LArID: Initial testing of a large area low resource integrated impact detector

The measurement of space debris in orbit has been a subject of study since the beginning of the space age. The high speeds in orbit give even small debris enough energy to pose a risk to spacecraft. The smaller end of the space debris population can only be assessed with either returned objects or in-situ measurements. Ground-based detection systems are currently unable to observe sizes below a few millimeters. In-situ systems offer the potential to give a fuller picture of the space debris environment and help improve particle models. The previous in-situ detectors, however, have seen challenges with system noise clouding the measurements and reducing the observable range of impactors. This paper describes the Large Area low Resource integrated Impact Detector, LArID, being developed at Fraunhofer EMI and the testing performed to characterize the limits of the sensors and establish the accuracy that the detector can measure. The LArID detector combines different physical measurements to assess the properties of impact events starting at 0.1 mm in size. Acoustic waves of the impact through a thin foil are triangulated, providing a location and time of impact.

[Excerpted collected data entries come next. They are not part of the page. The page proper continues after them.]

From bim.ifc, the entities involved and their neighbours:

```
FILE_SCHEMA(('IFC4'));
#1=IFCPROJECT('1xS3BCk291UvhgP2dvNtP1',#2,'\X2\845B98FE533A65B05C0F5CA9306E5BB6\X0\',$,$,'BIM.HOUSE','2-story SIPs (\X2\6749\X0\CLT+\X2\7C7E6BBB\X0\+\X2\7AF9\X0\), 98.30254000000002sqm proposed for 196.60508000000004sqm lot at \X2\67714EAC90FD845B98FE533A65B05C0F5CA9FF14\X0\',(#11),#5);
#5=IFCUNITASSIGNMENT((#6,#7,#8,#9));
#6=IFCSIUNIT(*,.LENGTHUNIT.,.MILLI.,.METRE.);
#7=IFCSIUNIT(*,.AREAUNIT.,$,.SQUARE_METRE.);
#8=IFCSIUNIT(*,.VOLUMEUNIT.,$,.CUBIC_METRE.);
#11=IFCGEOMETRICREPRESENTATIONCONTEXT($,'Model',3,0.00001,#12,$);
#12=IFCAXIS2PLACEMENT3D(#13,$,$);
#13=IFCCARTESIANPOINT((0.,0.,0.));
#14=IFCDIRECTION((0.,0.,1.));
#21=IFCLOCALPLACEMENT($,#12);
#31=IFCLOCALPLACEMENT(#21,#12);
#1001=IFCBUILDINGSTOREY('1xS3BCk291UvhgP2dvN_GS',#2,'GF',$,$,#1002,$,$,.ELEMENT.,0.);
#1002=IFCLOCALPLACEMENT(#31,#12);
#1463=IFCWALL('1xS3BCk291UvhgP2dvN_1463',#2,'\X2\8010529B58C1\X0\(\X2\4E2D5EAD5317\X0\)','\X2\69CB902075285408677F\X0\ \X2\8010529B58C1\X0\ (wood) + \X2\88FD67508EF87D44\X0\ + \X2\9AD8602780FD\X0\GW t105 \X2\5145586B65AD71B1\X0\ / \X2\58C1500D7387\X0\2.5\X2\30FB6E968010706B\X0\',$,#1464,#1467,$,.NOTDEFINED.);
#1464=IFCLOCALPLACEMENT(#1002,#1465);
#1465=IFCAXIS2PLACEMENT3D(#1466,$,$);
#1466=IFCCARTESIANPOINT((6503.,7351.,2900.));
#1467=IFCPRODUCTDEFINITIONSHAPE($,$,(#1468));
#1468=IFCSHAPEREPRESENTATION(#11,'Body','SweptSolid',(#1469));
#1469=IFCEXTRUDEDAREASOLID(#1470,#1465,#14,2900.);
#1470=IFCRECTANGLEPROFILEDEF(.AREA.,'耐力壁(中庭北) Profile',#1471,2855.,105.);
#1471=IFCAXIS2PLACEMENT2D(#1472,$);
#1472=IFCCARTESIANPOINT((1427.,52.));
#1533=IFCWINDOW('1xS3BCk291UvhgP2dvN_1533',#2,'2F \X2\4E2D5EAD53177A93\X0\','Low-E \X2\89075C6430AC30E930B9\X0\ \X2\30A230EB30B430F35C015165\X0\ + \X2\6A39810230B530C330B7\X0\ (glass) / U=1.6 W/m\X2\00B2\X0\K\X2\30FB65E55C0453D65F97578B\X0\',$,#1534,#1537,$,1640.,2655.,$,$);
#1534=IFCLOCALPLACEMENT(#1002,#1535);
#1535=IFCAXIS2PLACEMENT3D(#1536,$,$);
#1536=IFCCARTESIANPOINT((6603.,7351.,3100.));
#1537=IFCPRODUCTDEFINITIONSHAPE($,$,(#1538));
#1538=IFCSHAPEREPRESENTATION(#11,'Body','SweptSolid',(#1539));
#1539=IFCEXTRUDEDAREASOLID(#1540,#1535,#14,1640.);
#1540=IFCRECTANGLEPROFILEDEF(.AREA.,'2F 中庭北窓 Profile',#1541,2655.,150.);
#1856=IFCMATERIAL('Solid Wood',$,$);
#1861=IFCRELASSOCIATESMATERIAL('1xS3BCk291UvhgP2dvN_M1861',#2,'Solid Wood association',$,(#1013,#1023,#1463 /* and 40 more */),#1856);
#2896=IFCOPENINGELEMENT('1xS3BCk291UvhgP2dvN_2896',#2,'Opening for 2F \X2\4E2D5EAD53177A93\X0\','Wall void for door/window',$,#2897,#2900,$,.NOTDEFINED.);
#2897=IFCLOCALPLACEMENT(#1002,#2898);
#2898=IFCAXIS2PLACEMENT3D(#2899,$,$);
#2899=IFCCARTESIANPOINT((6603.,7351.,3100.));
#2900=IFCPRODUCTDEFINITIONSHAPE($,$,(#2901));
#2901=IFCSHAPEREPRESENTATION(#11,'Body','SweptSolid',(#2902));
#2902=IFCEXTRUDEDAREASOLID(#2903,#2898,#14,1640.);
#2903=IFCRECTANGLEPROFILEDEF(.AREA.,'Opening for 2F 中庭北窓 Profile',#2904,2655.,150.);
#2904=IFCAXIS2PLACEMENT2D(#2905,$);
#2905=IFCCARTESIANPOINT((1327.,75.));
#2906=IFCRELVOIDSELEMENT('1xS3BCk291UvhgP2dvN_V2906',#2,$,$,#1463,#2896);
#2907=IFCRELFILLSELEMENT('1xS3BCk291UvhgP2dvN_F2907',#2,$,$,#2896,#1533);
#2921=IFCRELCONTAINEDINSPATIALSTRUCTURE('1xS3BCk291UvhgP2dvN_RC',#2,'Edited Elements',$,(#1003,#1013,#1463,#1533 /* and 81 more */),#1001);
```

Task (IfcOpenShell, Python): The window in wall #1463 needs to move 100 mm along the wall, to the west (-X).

```python
import ifcopenshell
import ifcopenshell.api.geometry
import ifcopenshell.util.placement
import ifcopenshell.util.unit

model = ifcopenshell.open("bim.ifc")
unit_scale = ifcopenshell.util.unit.calculate_unit_scale(model)

window = model.by_guid("1xS3BCk291UvhgP2dvN_1533")
opening = window.FillsVoids[0].RelatingOpeningElement
wall = opening.VoidsElements[0].RelatingBuildingElement

wall_matrix = ifcopenshell.util.placement.get_local_placement(wall.ObjectPlacement)
shift = wall_matrix[:3, 0] * -0.1 / unit_scale
before = ifcopenshell.util.placement.get_local_placement(window.ObjectPlacement)[:3, 3].copy()

# The window is not placed relative to its opening, so move both.
for product in (opening, window):
    matrix = ifcopenshell.util.placement.get_local_placement(product.ObjectPlacement)
    matrix[:3, 3] += shift
    ifcopenshell.api.geometry.edit_object_placement(model, product=product, matrix=matrix, is_si=False)

after = ifcopenshell.util.placement.get_local_placement(window.ObjectPlacement)[:3, 3]
print("window moved by", (after - before).round(3) + 0.0)

model.write("bim-out.ifc")
```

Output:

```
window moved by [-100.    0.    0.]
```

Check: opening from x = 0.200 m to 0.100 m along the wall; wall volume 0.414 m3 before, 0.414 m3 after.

This is then followed by an impact on a second foil that has thousands of 100 µm wide copper traces running through it in an orthogonal pattern; giving a second location, the size of the impactor, and the time of impact. The flash of the impact is also measured, giving a second independent physical measurement of both times of impact. Combining these measurements of size and velocity with the spacecraft's orbital location and attitude will allow for a much more detailed picture of the space debris environment. The hypervelocity impact test series described here focuses on the smaller debris sizes covering impactors under 1 mm in diameter. With this information, the limits for the detector's measurement capabilities can be established. This will allow the detector to increase confidence in the results taking advantage of the multi-physics nature of the impact measurements.